#### ACTIVITY:
Once the line holding "#190=IFCINDEXEDPOLYGONALFACE((62,64,71,67));" is found in the listing below, write it out and each later line exactly, up to and including the one holding "#192=IFCINDEXEDPOLYGONALFACE((67,71,72,68));".

************

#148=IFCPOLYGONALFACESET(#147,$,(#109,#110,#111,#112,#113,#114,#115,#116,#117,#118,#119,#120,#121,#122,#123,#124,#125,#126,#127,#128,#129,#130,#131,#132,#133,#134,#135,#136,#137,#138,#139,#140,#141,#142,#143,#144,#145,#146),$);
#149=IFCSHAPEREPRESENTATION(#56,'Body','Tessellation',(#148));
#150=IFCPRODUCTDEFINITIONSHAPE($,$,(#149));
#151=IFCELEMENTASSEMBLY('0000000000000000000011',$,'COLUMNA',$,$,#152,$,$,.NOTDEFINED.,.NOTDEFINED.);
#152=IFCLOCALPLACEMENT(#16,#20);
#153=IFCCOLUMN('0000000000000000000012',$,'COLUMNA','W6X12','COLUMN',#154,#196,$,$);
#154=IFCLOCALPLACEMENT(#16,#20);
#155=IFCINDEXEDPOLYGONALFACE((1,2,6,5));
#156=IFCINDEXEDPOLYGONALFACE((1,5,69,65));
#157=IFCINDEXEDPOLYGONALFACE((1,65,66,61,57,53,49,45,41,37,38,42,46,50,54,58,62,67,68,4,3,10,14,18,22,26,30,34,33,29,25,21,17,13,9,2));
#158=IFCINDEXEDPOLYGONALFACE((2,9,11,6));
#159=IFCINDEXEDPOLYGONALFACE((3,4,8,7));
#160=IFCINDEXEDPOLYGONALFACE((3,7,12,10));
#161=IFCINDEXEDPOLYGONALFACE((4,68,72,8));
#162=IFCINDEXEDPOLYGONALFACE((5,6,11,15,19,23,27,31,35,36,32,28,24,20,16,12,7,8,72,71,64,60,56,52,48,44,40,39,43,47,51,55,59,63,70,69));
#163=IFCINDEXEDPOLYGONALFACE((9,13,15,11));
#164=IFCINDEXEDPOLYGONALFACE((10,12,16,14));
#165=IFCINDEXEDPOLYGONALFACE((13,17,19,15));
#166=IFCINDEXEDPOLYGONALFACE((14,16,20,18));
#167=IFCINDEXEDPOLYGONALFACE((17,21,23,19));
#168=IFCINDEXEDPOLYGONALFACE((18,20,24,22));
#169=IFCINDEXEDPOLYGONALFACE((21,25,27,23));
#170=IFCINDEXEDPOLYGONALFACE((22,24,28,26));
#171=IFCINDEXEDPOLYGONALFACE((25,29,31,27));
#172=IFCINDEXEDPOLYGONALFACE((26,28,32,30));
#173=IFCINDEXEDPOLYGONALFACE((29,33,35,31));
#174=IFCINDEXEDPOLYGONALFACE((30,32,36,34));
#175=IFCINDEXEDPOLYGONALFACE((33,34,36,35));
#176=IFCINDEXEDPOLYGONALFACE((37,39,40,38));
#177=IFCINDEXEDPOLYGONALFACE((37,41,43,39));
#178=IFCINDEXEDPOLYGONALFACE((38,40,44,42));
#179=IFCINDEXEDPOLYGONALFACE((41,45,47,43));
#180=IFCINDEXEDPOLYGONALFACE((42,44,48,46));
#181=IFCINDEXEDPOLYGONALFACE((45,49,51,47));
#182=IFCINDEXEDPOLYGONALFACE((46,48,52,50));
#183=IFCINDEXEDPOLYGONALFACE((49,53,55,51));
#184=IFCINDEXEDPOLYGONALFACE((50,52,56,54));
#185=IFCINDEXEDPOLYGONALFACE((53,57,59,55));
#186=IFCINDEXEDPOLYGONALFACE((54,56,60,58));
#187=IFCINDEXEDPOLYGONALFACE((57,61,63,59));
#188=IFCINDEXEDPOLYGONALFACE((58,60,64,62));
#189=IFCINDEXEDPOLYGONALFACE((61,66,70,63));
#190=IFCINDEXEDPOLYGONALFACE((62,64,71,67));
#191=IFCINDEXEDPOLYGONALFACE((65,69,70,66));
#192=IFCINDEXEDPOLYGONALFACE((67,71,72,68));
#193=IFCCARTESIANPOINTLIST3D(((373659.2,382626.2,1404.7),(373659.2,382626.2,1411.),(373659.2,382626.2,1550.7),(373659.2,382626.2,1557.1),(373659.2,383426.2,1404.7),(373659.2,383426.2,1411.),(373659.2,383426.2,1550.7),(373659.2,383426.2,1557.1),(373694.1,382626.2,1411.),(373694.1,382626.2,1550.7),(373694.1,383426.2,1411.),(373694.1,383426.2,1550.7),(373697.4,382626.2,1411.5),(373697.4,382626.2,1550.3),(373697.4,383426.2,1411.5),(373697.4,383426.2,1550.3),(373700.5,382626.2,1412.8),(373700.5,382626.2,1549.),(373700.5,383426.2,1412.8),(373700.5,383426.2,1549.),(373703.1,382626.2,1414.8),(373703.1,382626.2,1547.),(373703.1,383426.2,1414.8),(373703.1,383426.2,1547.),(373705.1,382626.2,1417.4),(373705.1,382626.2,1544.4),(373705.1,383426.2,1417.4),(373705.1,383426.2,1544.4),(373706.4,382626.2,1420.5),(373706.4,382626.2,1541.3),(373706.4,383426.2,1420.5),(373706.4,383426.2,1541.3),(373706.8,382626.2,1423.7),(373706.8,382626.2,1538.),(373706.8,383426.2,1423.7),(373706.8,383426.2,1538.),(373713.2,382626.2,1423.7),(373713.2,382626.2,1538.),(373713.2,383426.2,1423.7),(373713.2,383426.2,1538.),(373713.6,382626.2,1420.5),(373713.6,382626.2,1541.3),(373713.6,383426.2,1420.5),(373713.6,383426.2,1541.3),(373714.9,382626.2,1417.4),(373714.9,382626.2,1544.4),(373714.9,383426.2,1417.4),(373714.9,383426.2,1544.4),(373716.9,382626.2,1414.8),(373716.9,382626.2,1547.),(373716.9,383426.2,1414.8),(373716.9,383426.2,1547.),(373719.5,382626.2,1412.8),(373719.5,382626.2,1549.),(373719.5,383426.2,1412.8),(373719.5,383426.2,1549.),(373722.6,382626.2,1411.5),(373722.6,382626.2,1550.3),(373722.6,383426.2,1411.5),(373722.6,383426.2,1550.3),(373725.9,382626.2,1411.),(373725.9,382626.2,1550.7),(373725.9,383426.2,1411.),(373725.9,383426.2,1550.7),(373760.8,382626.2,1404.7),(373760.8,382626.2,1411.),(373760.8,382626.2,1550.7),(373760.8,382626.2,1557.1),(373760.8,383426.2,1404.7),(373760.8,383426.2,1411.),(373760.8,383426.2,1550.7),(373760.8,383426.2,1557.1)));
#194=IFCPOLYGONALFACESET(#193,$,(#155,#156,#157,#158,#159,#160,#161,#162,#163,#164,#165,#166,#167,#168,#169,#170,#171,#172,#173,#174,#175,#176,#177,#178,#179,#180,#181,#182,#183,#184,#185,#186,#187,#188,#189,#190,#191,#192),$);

************

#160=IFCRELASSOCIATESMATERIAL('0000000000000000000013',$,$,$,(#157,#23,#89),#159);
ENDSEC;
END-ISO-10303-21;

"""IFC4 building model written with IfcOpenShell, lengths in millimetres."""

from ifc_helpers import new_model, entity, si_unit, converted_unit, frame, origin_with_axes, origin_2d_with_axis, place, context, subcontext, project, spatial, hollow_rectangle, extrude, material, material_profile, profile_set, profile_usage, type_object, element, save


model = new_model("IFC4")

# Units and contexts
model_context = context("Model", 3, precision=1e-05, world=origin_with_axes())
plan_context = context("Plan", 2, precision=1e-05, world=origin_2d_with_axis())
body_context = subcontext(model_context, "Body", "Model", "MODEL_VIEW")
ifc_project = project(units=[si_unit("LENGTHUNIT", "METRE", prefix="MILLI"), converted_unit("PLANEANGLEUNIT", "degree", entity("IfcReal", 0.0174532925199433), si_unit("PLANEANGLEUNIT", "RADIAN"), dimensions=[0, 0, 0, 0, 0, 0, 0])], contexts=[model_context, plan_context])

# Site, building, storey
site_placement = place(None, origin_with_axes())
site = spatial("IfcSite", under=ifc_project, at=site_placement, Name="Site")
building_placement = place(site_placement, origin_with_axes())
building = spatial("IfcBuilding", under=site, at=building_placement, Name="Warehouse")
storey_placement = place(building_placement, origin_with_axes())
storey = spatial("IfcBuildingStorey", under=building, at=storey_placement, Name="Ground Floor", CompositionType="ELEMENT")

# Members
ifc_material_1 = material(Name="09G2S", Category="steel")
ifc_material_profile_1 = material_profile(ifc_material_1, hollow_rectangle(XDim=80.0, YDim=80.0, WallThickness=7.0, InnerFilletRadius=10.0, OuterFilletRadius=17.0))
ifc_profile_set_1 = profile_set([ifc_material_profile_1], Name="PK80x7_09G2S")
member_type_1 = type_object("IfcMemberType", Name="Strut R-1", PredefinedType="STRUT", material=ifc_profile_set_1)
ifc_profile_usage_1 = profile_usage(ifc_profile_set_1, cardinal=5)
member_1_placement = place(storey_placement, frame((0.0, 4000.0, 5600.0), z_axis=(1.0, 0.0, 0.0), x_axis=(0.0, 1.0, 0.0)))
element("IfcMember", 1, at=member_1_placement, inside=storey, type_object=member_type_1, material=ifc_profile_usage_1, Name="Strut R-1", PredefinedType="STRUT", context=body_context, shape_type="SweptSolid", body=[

************

#### EXERCISE RESULT:
#190=IFCINDEXEDPOLYGONALFACE((62,64,71,67));
#191=IFCINDEXEDPOLYGONALFACE((65,69,70,66));
#192=IFCINDEXEDPOLYGONALFACE((67,71,72,68));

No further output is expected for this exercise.